__WORK ITEM__
Answer with a number only: how many lines of the entries below contain the word "unset"?

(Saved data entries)
--------------------------------
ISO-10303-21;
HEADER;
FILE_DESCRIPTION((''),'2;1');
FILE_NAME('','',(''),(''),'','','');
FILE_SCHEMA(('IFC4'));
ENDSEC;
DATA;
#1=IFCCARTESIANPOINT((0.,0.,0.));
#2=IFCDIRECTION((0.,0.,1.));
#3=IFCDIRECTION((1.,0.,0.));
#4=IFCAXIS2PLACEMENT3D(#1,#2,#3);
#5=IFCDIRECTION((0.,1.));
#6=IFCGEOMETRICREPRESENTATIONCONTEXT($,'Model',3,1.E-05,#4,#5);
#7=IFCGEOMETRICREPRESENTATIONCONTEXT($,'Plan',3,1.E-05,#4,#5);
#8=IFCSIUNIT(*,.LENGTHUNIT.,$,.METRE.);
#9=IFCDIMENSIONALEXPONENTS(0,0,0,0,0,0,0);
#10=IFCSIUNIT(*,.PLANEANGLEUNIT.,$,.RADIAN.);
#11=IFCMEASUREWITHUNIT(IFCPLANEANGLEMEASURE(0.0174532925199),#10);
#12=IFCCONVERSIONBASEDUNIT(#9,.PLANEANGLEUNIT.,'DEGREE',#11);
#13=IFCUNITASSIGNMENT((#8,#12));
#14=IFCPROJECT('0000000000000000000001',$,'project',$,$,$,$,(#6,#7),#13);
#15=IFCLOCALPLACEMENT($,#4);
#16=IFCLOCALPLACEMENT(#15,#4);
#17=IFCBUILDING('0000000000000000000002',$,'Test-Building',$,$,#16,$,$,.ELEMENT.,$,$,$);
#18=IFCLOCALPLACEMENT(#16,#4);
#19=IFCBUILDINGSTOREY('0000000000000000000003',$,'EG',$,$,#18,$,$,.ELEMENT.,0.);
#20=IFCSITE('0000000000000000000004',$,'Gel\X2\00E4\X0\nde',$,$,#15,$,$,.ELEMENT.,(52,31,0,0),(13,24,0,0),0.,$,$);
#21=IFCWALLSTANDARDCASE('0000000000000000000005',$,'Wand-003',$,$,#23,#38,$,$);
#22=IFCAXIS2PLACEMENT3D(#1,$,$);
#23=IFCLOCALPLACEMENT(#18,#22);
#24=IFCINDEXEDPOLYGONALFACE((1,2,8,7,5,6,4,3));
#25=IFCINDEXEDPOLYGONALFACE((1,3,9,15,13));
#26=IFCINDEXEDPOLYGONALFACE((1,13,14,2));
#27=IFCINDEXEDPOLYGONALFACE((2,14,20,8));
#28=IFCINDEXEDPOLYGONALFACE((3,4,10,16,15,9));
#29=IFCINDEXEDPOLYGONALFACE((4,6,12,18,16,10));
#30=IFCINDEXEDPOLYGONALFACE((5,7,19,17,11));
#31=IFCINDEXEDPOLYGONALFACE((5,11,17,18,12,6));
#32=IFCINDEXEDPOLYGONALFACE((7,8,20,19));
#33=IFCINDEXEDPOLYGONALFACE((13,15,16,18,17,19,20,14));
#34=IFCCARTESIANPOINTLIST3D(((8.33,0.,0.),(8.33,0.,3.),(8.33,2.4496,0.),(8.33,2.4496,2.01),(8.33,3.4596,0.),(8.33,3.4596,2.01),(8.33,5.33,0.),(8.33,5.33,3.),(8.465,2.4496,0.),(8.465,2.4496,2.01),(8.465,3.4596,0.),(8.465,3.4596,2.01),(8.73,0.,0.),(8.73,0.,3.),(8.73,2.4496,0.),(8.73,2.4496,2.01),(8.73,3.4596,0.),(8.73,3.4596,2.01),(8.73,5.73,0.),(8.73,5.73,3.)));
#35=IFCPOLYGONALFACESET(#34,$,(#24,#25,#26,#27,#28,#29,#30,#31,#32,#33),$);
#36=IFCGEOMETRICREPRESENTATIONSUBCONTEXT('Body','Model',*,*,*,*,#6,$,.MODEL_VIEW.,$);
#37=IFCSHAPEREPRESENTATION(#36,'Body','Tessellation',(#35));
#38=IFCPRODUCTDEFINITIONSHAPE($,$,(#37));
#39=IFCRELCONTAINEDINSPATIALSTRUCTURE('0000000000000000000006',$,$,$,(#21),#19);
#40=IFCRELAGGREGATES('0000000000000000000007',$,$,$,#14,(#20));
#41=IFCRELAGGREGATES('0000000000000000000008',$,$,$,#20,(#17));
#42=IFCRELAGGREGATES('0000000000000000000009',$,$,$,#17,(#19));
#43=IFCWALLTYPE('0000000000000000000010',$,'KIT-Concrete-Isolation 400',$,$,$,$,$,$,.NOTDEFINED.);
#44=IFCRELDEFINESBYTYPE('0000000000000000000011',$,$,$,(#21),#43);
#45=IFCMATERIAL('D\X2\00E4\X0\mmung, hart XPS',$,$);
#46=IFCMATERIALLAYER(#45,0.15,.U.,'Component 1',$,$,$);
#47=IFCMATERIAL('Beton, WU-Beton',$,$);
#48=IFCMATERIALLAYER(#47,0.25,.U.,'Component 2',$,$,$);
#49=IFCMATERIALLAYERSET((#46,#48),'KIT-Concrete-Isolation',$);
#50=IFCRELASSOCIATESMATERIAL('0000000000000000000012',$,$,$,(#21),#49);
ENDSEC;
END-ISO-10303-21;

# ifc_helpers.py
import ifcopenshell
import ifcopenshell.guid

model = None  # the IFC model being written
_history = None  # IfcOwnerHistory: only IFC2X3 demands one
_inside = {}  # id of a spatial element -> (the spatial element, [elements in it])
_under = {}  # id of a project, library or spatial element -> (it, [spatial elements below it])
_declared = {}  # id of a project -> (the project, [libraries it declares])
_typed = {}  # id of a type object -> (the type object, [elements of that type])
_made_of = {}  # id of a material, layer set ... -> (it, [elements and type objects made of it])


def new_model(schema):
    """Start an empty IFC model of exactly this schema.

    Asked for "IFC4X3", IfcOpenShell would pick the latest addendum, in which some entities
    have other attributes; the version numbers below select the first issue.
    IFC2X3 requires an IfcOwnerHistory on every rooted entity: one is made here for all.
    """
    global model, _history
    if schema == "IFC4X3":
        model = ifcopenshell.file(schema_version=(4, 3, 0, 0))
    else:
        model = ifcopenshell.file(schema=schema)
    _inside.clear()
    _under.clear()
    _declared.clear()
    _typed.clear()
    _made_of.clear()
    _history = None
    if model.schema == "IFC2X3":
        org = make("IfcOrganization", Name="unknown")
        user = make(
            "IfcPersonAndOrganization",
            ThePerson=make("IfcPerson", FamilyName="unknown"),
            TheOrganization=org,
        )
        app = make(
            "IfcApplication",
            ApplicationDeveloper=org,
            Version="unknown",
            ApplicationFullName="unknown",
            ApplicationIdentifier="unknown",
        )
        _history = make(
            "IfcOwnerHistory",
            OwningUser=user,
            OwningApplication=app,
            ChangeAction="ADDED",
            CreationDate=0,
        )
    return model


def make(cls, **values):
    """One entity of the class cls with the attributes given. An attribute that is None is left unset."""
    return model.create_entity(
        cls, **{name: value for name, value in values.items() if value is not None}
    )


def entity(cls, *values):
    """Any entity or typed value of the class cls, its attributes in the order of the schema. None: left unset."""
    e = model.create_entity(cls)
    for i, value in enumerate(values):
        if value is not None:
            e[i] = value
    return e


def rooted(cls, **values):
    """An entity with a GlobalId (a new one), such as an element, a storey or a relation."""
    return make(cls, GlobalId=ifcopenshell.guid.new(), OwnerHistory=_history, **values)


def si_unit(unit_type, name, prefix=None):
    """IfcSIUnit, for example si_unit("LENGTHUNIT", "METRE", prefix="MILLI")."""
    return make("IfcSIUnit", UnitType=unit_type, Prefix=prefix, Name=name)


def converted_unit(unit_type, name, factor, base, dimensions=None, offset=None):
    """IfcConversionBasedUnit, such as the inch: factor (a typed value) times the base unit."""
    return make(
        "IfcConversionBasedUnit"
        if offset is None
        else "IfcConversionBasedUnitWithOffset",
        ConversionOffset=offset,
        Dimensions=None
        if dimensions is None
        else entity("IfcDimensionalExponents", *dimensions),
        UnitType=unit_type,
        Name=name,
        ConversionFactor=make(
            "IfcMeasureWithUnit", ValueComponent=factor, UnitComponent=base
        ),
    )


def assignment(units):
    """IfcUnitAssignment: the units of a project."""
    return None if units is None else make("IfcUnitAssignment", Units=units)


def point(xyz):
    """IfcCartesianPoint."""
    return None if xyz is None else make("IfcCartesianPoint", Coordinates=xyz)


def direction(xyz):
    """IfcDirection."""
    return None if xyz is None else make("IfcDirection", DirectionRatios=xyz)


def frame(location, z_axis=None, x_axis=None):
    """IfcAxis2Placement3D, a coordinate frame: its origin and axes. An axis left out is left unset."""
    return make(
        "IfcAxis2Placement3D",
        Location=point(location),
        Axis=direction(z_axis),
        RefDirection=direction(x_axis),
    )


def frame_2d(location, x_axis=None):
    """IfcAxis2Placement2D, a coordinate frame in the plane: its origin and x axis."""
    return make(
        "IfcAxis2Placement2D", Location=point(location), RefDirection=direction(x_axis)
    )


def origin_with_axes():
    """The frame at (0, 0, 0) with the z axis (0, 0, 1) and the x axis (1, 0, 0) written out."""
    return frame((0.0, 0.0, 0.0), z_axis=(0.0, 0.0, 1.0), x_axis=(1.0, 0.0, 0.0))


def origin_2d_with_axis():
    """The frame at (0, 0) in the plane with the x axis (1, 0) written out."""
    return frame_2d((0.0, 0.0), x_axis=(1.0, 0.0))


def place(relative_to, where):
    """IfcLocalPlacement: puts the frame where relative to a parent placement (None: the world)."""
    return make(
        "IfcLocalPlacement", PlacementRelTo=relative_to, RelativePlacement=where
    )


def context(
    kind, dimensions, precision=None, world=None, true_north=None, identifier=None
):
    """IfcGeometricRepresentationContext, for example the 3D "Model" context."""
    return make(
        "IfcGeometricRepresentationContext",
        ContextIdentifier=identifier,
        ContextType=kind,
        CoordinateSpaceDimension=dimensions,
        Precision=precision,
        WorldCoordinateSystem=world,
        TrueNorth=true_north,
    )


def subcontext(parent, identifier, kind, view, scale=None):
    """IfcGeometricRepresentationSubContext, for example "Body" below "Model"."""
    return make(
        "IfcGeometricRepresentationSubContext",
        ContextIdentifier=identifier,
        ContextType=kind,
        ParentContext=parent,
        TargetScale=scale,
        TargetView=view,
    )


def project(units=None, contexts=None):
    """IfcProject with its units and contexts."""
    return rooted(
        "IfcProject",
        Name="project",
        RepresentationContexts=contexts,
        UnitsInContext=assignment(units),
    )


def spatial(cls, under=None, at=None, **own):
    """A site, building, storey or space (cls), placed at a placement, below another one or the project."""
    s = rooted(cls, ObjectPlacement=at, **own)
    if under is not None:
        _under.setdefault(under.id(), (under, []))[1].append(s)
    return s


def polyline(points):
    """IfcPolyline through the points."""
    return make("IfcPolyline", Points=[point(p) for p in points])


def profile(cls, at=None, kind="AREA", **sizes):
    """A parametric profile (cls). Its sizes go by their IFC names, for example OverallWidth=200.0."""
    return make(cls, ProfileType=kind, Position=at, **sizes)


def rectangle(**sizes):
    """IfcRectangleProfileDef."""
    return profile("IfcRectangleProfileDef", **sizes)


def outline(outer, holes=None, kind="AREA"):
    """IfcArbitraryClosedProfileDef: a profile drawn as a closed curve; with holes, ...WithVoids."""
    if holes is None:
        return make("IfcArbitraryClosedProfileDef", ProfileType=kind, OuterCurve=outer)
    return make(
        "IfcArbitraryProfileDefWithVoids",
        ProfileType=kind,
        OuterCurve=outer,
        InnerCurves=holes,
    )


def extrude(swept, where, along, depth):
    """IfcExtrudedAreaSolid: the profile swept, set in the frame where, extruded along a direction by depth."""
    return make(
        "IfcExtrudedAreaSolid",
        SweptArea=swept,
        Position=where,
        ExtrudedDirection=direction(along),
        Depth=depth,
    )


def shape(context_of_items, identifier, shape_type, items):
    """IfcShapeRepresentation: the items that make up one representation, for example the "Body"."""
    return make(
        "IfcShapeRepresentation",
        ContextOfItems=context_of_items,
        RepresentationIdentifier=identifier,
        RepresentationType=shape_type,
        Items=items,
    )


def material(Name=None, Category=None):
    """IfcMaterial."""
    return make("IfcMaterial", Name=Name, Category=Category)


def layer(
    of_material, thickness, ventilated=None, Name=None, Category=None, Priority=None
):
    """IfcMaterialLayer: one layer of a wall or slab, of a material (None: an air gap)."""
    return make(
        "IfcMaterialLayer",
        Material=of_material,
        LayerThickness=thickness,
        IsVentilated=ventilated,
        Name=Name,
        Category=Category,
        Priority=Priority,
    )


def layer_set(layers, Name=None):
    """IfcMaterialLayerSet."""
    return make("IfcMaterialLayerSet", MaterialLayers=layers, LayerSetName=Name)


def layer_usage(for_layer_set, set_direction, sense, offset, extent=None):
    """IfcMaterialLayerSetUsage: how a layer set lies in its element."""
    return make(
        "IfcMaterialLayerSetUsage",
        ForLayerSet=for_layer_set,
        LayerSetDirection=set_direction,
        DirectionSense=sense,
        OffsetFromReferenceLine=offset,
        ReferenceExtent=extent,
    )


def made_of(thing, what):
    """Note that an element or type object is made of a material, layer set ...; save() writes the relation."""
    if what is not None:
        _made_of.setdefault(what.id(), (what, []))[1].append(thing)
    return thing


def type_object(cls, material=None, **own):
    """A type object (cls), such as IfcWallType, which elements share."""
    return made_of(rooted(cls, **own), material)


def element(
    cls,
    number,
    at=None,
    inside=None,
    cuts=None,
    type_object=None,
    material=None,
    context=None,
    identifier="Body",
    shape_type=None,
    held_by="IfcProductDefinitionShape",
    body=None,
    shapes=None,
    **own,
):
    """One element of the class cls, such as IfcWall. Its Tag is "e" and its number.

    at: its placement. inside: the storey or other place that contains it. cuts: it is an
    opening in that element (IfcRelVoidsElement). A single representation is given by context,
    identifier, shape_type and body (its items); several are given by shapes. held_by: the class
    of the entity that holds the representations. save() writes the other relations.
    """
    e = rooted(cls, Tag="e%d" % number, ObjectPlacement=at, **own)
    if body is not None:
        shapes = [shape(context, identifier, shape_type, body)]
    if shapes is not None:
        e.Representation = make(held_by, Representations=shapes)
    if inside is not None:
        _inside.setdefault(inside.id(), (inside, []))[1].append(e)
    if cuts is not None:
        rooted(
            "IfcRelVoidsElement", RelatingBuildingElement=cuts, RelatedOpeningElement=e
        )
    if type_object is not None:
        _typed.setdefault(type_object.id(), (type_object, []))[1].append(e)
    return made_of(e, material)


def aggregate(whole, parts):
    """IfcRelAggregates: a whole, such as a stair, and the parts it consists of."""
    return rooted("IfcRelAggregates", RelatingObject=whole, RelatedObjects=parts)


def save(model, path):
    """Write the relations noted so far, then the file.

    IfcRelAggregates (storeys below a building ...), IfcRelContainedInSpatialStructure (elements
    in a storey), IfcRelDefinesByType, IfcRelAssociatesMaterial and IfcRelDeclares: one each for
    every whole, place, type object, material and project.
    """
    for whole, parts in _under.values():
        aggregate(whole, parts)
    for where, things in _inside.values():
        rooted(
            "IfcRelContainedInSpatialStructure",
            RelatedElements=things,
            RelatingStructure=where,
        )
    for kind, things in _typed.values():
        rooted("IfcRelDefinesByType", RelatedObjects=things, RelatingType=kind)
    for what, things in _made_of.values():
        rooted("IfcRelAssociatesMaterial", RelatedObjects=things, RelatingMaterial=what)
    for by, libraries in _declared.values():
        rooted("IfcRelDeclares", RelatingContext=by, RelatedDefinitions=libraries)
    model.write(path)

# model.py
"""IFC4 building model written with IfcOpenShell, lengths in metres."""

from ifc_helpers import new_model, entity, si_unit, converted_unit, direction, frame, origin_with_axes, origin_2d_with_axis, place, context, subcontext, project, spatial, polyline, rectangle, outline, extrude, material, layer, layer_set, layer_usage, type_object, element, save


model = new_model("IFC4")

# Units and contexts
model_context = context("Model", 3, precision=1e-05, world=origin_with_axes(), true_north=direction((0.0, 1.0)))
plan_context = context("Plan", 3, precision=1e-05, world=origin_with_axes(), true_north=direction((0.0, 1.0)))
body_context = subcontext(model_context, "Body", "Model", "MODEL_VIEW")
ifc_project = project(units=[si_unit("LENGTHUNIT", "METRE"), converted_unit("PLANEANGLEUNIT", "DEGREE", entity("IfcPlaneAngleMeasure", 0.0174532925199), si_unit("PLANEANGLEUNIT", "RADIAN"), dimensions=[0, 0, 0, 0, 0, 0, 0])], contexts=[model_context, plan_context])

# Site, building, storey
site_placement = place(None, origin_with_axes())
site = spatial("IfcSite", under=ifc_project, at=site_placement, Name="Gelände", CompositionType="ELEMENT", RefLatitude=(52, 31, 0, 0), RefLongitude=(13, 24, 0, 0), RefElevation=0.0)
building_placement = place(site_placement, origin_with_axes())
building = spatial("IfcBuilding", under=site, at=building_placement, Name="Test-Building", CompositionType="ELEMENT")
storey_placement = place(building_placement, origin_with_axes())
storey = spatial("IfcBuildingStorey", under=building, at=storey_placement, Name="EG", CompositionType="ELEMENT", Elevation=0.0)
--------------------------------
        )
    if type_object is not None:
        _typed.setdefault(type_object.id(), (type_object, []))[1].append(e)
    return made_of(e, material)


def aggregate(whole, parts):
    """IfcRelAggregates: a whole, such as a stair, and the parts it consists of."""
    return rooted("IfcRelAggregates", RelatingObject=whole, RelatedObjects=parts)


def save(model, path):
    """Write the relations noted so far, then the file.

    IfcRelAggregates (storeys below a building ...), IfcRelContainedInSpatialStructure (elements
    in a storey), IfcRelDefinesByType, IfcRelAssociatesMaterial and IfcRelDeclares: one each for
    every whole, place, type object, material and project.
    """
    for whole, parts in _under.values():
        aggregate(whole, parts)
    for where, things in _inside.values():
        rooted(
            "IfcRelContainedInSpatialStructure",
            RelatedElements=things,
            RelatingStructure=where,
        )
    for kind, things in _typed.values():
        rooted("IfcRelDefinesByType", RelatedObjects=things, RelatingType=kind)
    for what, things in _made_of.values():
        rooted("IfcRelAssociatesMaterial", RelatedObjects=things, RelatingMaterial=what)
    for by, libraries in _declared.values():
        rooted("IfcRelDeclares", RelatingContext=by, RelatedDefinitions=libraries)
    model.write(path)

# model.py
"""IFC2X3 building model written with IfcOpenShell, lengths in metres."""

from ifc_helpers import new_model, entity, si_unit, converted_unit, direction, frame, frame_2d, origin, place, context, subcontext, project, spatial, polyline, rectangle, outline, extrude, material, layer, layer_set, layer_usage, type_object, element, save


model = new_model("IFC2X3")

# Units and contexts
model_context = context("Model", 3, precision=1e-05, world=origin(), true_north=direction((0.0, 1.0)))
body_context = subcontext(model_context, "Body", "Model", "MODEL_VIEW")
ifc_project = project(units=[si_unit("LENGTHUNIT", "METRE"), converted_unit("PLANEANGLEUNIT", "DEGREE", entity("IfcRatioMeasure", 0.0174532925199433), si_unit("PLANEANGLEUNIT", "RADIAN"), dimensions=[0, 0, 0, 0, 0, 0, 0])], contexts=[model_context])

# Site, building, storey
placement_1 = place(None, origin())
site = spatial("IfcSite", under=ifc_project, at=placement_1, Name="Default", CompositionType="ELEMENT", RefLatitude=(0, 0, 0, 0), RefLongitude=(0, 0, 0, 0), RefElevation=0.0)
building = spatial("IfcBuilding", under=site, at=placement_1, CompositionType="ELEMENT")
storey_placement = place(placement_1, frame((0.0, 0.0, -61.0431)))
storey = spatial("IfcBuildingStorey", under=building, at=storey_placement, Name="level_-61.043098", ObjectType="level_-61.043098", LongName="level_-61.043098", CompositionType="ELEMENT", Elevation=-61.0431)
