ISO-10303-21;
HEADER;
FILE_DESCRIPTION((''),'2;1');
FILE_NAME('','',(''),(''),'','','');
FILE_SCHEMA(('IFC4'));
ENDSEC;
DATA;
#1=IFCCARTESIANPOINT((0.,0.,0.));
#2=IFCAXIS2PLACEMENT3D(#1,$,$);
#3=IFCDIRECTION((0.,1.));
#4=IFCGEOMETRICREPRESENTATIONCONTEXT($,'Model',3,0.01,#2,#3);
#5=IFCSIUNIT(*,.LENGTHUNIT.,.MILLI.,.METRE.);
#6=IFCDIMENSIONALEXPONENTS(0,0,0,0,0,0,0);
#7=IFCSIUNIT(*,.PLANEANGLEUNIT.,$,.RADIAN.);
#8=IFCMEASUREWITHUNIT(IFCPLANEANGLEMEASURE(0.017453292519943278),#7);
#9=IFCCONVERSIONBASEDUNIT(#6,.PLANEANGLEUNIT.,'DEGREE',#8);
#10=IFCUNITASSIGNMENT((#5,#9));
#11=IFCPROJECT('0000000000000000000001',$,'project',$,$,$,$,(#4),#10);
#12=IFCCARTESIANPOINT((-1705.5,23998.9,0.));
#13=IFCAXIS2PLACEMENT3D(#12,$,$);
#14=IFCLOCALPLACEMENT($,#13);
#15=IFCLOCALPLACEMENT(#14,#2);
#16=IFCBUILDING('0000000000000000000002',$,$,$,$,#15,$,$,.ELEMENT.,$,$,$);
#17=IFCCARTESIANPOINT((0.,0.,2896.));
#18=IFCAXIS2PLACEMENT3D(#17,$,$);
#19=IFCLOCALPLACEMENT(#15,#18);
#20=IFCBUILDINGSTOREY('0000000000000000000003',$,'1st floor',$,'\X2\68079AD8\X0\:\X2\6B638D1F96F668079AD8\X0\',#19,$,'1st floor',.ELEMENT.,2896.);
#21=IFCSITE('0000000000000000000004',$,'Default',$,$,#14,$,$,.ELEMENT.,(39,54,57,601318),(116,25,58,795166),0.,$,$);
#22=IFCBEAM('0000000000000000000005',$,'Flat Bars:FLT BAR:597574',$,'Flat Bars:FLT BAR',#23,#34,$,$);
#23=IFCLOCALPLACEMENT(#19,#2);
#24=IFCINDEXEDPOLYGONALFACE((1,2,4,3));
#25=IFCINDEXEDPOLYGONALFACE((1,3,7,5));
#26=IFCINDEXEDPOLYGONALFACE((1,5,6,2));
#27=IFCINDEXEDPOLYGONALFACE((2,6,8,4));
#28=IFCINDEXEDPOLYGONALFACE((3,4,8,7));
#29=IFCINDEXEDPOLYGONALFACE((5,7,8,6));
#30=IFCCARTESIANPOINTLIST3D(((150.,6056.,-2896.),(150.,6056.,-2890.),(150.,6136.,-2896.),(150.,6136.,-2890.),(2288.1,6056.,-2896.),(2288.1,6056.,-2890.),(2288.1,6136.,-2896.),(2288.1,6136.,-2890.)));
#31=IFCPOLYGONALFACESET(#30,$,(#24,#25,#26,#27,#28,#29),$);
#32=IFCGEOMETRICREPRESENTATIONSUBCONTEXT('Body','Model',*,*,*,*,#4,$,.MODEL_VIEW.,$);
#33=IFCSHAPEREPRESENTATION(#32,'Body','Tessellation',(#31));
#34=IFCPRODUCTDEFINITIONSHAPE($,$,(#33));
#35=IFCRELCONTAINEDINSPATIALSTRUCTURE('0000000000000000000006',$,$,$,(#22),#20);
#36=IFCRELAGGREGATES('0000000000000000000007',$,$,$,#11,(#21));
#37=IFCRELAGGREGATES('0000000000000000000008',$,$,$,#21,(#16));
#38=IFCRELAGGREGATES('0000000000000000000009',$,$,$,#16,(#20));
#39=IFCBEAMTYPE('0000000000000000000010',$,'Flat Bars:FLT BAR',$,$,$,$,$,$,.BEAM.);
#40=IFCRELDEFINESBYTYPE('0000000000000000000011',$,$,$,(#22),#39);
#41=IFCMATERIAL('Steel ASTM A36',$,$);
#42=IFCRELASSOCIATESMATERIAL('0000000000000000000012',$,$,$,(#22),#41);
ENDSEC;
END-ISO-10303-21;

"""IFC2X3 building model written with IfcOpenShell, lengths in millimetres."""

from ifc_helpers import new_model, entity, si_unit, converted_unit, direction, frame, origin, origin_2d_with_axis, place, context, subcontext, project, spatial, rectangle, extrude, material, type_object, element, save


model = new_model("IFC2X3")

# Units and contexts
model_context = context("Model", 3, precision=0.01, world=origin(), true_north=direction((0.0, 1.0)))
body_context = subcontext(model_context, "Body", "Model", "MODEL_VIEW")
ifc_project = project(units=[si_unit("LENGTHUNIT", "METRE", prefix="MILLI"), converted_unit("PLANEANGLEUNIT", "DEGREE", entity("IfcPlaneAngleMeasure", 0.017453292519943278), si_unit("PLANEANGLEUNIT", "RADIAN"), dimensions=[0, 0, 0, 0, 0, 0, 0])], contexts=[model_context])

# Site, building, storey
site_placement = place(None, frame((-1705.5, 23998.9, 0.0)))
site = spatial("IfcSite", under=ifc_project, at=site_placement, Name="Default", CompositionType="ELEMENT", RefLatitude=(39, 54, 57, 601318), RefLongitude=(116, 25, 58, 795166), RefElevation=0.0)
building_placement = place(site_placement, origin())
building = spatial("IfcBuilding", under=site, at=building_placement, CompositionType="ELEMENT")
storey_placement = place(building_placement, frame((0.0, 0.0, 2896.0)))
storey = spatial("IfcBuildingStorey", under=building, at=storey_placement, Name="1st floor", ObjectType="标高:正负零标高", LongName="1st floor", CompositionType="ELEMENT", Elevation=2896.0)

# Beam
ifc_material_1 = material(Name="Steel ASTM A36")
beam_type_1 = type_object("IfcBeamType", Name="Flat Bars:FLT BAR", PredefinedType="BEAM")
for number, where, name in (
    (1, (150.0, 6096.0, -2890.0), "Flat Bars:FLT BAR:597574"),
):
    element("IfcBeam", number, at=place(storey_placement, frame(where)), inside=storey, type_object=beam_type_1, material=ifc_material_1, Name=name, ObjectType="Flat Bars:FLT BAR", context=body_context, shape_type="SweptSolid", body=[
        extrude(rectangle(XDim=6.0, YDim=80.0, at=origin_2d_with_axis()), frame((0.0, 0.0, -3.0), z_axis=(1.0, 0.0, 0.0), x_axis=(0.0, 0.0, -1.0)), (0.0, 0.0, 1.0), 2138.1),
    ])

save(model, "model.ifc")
--------------------------------
__ANSWER BOX__
3